Opinion
Docket No. 5793.
March 18, 1937.
PROCEEDING in Prohibition to restrain the Superior Court of Stanislaus County, and A. Caminetti, Jr., Judge Presiding, from acting further in the trial of an action. Writ denied.
The facts are stated in the opinion of the court.
Thomas J. Straub and W.R. Dunn for Petitioner.
Theodore M. Stuart for Respondents.
THE COURT.
In this matter petitioner seeks by a writ of prohibition to restrain Judge Caminetti from further acting in regard to this petitioner in the case of Vandervort v. Southern California Edison Co., a Corporation, et al., and to annul an order heretofore made purporting to grant a new trial as to petitioner, one of the defendants therein.

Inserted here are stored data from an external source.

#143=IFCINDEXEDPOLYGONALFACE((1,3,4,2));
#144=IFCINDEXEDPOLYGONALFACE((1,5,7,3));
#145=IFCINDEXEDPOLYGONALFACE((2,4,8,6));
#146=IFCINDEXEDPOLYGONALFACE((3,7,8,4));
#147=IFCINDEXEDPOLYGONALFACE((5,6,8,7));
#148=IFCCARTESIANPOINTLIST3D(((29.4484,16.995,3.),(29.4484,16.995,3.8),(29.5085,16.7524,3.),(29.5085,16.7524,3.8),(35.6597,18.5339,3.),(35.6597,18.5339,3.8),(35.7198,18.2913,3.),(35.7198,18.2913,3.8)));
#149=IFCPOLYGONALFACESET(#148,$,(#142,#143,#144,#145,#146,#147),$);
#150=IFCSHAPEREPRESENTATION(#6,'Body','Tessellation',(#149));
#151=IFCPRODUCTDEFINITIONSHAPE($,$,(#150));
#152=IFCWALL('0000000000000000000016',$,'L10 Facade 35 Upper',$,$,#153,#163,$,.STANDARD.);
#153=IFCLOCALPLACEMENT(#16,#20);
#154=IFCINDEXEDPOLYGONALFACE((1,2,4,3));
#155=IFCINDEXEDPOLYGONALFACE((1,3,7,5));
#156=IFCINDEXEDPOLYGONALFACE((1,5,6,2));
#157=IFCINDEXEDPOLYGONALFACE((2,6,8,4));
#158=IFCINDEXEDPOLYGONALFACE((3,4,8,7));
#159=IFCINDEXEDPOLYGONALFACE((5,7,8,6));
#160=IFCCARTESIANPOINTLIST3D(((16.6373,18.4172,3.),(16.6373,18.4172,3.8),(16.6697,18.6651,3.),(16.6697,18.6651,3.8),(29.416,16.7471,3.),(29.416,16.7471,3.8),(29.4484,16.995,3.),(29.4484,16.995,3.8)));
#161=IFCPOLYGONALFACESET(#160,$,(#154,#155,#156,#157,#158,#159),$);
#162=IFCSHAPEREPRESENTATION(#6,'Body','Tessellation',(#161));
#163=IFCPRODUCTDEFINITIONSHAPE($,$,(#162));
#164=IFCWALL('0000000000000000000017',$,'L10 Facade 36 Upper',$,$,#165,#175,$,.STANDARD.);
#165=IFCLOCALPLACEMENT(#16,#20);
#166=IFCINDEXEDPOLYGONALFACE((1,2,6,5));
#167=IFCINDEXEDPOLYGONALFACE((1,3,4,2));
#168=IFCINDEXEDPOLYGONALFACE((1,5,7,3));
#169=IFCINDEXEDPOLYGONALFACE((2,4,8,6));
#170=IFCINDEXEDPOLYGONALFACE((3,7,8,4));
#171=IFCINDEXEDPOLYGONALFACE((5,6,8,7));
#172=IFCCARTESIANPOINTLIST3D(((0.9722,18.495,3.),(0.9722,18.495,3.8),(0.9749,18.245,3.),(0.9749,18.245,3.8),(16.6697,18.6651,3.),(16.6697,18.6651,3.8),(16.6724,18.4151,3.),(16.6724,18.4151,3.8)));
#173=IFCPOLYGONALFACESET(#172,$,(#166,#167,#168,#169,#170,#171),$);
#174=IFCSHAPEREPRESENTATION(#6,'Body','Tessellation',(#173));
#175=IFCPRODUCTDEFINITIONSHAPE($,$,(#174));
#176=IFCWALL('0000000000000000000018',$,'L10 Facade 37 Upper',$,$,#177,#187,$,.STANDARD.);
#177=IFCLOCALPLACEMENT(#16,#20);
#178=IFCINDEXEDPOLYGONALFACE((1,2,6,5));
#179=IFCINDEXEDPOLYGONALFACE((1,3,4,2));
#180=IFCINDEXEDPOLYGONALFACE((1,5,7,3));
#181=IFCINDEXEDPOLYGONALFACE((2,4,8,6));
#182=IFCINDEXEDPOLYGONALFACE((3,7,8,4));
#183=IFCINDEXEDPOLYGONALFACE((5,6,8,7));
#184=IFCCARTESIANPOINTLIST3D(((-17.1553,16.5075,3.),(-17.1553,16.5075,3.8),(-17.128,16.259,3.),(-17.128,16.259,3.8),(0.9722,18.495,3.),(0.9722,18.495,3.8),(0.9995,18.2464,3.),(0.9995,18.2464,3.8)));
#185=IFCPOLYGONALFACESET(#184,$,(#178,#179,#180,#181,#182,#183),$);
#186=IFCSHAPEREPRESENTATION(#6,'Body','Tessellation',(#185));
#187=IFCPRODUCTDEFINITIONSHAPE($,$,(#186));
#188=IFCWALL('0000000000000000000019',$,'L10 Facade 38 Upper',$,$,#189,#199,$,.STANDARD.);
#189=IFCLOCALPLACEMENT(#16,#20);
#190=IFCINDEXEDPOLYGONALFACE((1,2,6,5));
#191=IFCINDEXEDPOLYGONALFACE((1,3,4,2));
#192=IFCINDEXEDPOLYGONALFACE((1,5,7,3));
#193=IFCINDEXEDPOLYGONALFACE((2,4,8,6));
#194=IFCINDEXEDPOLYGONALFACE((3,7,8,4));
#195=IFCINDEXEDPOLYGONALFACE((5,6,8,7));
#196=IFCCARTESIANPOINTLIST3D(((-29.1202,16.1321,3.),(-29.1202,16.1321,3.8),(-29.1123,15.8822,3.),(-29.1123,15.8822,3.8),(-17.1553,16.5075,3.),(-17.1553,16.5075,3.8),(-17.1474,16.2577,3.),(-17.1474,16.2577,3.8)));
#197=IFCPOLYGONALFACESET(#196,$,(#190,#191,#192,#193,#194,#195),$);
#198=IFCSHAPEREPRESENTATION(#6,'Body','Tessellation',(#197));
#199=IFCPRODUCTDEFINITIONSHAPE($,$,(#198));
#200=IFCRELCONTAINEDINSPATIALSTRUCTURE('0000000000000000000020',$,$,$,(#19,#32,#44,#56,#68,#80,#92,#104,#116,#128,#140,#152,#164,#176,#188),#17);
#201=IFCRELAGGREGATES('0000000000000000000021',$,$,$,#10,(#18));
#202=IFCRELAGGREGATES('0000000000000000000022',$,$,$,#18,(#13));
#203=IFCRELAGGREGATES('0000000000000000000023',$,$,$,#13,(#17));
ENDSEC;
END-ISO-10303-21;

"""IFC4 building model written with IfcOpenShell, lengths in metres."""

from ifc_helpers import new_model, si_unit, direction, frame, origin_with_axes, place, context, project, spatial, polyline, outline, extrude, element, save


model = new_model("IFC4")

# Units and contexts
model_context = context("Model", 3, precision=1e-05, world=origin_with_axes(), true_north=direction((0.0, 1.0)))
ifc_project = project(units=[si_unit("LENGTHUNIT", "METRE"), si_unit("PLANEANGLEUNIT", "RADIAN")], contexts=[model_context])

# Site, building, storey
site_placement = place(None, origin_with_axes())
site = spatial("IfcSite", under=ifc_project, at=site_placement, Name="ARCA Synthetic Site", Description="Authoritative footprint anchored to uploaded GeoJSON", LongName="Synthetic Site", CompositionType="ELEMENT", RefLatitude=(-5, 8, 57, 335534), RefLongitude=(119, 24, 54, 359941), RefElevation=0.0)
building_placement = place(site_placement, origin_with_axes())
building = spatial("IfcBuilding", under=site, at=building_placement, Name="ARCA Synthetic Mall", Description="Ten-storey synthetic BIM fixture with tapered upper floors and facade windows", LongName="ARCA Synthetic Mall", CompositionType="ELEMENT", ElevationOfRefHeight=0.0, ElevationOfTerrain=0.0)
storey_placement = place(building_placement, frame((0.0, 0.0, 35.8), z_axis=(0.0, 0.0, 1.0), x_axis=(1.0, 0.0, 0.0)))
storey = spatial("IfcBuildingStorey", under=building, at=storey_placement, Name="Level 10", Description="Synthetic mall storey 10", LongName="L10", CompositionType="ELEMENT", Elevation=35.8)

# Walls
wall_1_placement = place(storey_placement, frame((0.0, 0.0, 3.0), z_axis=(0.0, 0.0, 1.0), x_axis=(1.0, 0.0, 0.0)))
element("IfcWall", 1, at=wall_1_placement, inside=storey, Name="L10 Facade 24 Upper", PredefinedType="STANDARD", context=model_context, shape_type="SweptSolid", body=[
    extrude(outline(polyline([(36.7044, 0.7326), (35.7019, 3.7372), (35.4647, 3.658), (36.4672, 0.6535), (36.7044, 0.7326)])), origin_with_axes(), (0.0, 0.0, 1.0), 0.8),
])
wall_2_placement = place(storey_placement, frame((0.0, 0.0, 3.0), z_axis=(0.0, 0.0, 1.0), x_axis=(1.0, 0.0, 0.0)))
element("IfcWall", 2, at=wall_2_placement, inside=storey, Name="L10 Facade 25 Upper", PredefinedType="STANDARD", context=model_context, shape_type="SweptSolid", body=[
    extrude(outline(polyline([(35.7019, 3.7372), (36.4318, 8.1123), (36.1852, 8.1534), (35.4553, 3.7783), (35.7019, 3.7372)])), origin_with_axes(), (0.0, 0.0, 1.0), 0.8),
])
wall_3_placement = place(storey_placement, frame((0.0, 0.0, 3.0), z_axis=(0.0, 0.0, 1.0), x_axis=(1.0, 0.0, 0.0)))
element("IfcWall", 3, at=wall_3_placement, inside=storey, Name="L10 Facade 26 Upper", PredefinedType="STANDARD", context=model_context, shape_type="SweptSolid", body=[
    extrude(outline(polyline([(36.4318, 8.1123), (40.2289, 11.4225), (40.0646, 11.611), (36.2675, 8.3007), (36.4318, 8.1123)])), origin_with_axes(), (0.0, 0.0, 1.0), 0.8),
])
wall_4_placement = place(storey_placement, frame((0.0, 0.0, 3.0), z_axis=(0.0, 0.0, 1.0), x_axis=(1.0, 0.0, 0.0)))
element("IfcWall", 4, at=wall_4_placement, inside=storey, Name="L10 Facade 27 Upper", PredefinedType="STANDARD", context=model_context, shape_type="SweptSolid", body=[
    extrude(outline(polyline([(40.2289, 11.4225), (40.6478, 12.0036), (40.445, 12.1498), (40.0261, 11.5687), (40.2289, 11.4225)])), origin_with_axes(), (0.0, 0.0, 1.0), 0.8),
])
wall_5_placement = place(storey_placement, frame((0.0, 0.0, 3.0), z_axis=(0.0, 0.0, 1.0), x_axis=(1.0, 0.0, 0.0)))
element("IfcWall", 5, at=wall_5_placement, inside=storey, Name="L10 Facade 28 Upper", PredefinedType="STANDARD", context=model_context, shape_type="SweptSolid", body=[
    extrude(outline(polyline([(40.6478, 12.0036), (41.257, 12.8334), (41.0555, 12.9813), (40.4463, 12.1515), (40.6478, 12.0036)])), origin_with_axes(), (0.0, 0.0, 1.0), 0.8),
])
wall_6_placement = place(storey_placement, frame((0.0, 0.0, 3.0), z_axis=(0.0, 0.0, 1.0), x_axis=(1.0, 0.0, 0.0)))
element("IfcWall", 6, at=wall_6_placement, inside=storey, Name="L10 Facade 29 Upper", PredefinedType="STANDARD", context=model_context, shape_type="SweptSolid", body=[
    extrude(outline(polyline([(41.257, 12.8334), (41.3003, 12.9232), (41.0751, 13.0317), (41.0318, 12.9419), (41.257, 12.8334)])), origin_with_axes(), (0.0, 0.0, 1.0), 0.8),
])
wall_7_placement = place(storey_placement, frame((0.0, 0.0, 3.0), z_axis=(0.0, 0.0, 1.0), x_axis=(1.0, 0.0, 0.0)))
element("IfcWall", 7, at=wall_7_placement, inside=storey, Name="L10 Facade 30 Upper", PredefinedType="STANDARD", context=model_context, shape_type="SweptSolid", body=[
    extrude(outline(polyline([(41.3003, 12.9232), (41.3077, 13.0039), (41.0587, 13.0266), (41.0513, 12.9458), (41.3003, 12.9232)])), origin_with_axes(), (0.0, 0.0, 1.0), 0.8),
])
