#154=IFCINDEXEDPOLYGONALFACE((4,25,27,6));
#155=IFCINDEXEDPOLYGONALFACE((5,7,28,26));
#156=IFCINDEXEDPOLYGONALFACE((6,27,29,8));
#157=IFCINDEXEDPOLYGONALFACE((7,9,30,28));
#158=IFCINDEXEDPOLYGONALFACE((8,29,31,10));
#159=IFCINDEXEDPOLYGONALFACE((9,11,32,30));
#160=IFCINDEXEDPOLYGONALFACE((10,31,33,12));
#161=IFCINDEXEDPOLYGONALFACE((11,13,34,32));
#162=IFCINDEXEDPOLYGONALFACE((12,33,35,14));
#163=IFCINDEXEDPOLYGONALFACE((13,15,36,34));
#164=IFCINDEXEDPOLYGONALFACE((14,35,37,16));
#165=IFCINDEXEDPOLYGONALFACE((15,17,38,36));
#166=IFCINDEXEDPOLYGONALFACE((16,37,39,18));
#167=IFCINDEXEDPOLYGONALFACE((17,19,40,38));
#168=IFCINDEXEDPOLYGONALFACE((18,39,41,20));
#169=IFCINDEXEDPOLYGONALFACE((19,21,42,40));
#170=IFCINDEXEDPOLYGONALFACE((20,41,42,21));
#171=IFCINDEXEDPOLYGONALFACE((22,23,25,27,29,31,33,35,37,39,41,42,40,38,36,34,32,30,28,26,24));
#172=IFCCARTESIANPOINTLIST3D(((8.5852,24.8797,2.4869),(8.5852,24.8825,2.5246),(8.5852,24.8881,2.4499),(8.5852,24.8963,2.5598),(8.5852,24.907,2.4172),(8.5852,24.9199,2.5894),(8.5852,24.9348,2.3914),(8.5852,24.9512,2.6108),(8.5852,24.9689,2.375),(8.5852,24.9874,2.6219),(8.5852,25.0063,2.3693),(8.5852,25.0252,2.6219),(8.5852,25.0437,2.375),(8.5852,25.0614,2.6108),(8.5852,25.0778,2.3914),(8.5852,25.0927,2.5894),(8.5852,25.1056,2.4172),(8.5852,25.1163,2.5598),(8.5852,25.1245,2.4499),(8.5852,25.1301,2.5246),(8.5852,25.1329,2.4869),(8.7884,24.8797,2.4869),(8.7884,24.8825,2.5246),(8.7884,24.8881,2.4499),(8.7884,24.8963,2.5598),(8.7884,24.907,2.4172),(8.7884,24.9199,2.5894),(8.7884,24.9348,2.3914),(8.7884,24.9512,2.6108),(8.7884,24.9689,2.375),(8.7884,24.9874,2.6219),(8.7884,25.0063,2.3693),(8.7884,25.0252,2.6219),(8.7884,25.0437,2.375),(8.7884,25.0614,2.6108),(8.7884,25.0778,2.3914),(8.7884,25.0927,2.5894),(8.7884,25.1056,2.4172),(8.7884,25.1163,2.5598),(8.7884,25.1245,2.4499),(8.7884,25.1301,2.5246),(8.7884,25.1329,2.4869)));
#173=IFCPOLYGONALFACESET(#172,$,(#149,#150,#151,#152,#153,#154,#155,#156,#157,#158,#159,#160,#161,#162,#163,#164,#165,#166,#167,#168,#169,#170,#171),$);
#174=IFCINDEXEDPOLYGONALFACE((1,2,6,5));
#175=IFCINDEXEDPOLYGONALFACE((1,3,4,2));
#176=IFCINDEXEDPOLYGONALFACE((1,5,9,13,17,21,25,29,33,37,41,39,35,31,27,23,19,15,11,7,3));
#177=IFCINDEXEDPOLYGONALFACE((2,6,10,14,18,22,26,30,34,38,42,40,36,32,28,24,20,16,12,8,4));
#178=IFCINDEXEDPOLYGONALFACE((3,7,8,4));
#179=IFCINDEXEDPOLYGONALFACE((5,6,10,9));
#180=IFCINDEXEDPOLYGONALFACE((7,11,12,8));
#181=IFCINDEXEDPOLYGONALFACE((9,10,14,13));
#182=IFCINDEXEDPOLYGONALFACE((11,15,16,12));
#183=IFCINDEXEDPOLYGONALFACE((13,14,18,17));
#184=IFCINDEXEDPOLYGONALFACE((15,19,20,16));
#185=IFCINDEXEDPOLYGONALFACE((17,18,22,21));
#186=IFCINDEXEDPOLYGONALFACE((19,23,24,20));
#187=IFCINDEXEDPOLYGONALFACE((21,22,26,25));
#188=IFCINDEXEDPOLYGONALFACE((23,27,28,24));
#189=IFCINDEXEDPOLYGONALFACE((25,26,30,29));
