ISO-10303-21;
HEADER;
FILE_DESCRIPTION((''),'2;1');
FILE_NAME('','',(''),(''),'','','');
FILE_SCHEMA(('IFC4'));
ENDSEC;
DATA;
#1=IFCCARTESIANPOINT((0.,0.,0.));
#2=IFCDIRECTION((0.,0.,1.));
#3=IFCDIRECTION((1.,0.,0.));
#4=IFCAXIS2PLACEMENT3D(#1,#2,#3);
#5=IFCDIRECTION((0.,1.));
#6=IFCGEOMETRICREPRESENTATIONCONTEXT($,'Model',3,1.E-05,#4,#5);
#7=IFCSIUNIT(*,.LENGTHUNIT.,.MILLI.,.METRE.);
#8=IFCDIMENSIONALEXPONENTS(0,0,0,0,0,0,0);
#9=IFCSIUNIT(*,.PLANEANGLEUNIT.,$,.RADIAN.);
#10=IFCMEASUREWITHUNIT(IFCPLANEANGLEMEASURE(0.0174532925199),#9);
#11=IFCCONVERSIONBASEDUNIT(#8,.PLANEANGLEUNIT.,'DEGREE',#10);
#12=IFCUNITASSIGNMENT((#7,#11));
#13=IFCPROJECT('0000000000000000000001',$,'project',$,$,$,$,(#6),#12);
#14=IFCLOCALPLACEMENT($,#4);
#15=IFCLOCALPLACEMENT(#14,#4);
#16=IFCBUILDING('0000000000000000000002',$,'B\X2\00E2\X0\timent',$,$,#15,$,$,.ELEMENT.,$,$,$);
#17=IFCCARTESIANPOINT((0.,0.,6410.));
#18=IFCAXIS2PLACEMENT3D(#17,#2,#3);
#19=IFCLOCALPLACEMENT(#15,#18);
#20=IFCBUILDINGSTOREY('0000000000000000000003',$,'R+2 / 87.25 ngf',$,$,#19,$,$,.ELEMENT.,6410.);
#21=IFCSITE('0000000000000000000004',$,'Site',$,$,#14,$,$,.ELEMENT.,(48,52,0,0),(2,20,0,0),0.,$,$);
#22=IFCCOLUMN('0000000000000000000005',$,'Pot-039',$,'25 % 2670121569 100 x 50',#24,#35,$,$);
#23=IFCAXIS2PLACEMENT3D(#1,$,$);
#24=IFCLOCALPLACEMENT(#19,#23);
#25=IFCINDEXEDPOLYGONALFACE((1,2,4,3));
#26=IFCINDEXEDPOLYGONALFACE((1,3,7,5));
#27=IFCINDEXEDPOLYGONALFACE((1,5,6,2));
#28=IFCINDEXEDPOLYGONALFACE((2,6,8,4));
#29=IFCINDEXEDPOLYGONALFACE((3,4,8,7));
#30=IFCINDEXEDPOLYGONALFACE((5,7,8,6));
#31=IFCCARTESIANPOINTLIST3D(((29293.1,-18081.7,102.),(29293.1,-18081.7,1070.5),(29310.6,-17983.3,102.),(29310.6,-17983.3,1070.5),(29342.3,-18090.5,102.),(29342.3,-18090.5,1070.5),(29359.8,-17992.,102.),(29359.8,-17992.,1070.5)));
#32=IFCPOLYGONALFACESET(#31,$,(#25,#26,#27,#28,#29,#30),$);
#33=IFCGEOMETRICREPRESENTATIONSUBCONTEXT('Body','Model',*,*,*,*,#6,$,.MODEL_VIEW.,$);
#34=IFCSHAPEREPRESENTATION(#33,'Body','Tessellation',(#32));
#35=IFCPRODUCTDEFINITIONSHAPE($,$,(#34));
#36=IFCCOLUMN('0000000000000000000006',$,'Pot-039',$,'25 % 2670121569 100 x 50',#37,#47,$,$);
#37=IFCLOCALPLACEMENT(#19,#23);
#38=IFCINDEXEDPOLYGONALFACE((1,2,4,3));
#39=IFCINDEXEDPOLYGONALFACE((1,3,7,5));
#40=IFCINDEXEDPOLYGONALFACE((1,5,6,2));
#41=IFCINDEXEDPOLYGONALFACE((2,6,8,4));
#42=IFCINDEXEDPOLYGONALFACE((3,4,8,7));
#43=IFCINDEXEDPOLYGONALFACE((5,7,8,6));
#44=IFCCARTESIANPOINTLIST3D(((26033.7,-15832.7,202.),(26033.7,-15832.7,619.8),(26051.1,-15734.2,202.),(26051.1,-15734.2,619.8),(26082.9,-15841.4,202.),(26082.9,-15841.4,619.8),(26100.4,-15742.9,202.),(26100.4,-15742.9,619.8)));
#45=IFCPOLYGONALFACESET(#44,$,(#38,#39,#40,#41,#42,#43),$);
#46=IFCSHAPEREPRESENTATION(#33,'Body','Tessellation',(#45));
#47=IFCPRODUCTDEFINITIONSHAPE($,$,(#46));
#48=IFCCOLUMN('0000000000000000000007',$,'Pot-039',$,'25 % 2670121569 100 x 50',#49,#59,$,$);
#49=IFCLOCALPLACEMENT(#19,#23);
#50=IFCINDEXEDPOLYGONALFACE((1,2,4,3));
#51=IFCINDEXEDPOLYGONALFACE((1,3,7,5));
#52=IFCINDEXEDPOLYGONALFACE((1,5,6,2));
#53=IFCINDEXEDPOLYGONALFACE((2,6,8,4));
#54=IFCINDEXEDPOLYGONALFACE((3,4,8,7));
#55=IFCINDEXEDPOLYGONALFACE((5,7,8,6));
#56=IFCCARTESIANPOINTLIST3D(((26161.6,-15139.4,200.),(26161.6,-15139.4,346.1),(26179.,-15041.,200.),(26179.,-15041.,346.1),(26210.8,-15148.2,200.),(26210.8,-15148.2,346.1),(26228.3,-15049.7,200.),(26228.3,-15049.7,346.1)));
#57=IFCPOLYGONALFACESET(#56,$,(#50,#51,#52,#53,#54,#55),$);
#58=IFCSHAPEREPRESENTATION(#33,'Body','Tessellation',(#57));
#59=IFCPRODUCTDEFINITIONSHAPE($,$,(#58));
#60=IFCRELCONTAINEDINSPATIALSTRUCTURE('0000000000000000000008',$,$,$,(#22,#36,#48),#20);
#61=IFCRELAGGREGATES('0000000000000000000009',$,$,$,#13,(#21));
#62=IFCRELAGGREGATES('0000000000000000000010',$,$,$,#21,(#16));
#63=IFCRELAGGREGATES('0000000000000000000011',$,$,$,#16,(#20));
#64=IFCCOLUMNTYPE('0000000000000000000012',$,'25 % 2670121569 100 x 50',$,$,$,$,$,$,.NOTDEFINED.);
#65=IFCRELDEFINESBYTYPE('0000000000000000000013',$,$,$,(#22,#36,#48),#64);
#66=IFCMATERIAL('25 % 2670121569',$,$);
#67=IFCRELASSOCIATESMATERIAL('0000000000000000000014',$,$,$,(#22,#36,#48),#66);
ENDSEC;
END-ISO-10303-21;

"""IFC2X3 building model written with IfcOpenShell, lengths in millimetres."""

from ifc_helpers import new_model, entity, si_unit, converted_unit, direction, frame, origin_with_axes, origin_2d_with_axis, place, context, subcontext, project, spatial, rectangle, extrude, material, type_object, element, save


model = new_model("IFC2X3")

# Units and contexts
model_context = context("Model", 3, precision=1e-05, world=origin_with_axes(), true_north=direction((0.0, 1.0)))
body_context = subcontext(model_context, "Body", "Model", "MODEL_VIEW")
ifc_project = project(units=[si_unit("LENGTHUNIT", "METRE", prefix="MILLI"), converted_unit("PLANEANGLEUNIT", "DEGREE", entity("IfcPlaneAngleMeasure", 0.0174532925199), si_unit("PLANEANGLEUNIT", "RADIAN"), dimensions=[0, 0, 0, 0, 0, 0, 0])], contexts=[model_context])

# Site, building, storey
site_placement = place(None, origin_with_axes())
site = spatial("IfcSite", under=ifc_project, at=site_placement, Name="Site", CompositionType="ELEMENT", RefLatitude=(48, 52, 0, 0), RefLongitude=(2, 20, 0, 0), RefElevation=0.0)
building_placement = place(site_placement, origin_with_axes())
building = spatial("IfcBuilding", under=site, at=building_placement, Name="Bâtiment", CompositionType="ELEMENT")
storey_placement = place(building_placement, frame((0.0, 0.0, 6410.0), z_axis=(0.0, 0.0, 1.0), x_axis=(1.0, 0.0, 0.0)))
storey = spatial("IfcBuildingStorey", under=building, at=storey_placement, Name="R+2 / 87.25 ngf", CompositionType="ELEMENT", Elevation=6410.0)

# Columns
ifc_material_1 = material(Name="25 % 2670121569")
column_type = type_object("IfcColumnType", Name="25 % 2670121569 100 x 50", PredefinedType="NOTDEFINED")
column_1_placement = place(storey_placement, frame((29326.5, -18036.9, 102.0), z_axis=(0.0, 0.0, 1.0), x_axis=(0.17478, 0.984607, 0.0)))
element("IfcColumn", 1, at=column_1_placement, inside=storey, type_object=column_type, material=ifc_material_1, Name="Pot-039", ObjectType="25 % 2670121569 100 x 50", context=body_context, shape_type="SweptSolid", body=[
    extrude(rectangle(XDim=100.0, YDim=50.0, at=origin_2d_with_axis()), origin_with_axes(), (0.0, 0.0, 1.0), 968.5),
])
column_2_placement = place(storey_placement, frame((26067.0, -15787.8, 202.0), z_axis=(0.0, 0.0, 1.0), x_axis=(0.17478, 0.984607, 0.0)))
element("IfcColumn", 2, at=column_2_placement, inside=storey, type_object=column_type, material=ifc_material_1, Name="Pot-039", ObjectType="25 % 2670121569 100 x 50", context=body_context, shape_type="SweptSolid", body=[
    extrude(rectangle(XDim=100.0, YDim=50.0, at=origin_2d_with_axis()), origin_with_axes(), (0.0, 0.0, 1.0), 417.8),
])
column_3_placement = place(storey_placement, frame((26194.9, -15094.6, 200.0), z_axis=(0.0, 0.0, 1.0), x_axis=(0.174407, 0.984674, 0.0)))
element("IfcColumn", 3, at=column_3_placement, inside=storey, type_object=column_type, material=ifc_material_1, Name="Pot-039", ObjectType="25 % 2670121569 100 x 50", context=body_context, shape_type="SweptSolid", body=[
    extrude(rectangle(XDim=100.0, YDim=50.0, at=origin_2d_with_axis()), origin_with_axes(), (0.0, 0.0, 1.0), 146.1),
])

save(model, "model.ifc")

This proceeding is very similar to, and based upon practically the same charges of bias or prejudice as is set forth in Woolley et al. v. Superior Court and Miller Lux Incorporated v. Superior Court, numbered 5749 and 5750, respectively ( ante, p. 611 [ 66 P.2d 680]). The only difference in the position of petitioner herein is that this petitioner did not join in the statement of disqualification originally filed in those proceedings, and was granted the right to argue its motion for a new trial in the case of Vandervort v. Southern California Edison Co., a Corporation, et al., and to file a brief in support thereof.
[1] We have, in an opinion in the case of Woolley et al. v. Superior Court and Miller Lux Incorporated v. Superior Court, supra, passed upon all of the essential questions here presented, and upon that authority the writ of prohibition herein prayed for is denied, as well as the prayer to annul the order granting a new trial.
A petition for a rehearing of this cause was denied by the District Court of Appeal on April 17, 1937, and the following opinion then rendered thereon:
THE COURT.
The petition for rehearing is hereby denied.
However, petitioner, San Joaquin Light Power Company calls to our attention certain inaccuracies in the opinion which should be corrected. In Woolley v. Superior Court and Miller Lux Incorporated v. Superior Court, ante, p. 611, [ 66 P.2d 680], referred to in the instant case, we purported to quote from the main opinion in Lindsay-Strathmore Irr. Dist. v. Superior Court, 182 Cal. 315 [ 187 P. 1056]. Our quotation from that case was from the concurring opinion of Mr. Justice Olney and not from the main opinion, which was rendered by Mr. Justice Shaw and concurred in by Chief Justice Angelotti and Justices Lennon, Wilbur and Lawlor. The quotation is also inaccurate in that we caused the first line thereof to read, "It would seem to be intolerable . . ." whereas it should have read, "It would seem to me intolerable . . ."
We also wish to make it clear that petitioner herein, San Joaquin Light Power Company and its counsel are before this court in this one proceeding only, they having taken no part in any other effort to disqualify the judge of the trial court. Petitioner herein and its counsel declined to join with counsel in the other motions, but upon the assertion of disqualification for bias or prejudice, assumed a neutral position.
In our opinion in the case of Miller Lux Incorporated v. Superior Court, Nos. 5799 and 5800, counsel for petitioner herein were noted as attorneys therein, and in the body of our opinion ( ante, p. 628 [ 66 P.2d 680]) we refer to "defendants" without excluding petitioner from such statement.
In order that there may be no misunderstanding we now wish to correct that implication and state that petitioner herein never joined in any statement of disqualification, and never argued before this court that Judge Caminetti was biased or prejudiced other than as may appear in the present proceeding.
With these corrections the petition for rehearing is denied.
An application by petitioner to have the cause heard in the Supreme Court, after judgment in the District Court of Appeal, was denied by the Supreme Court on May 17, 1937.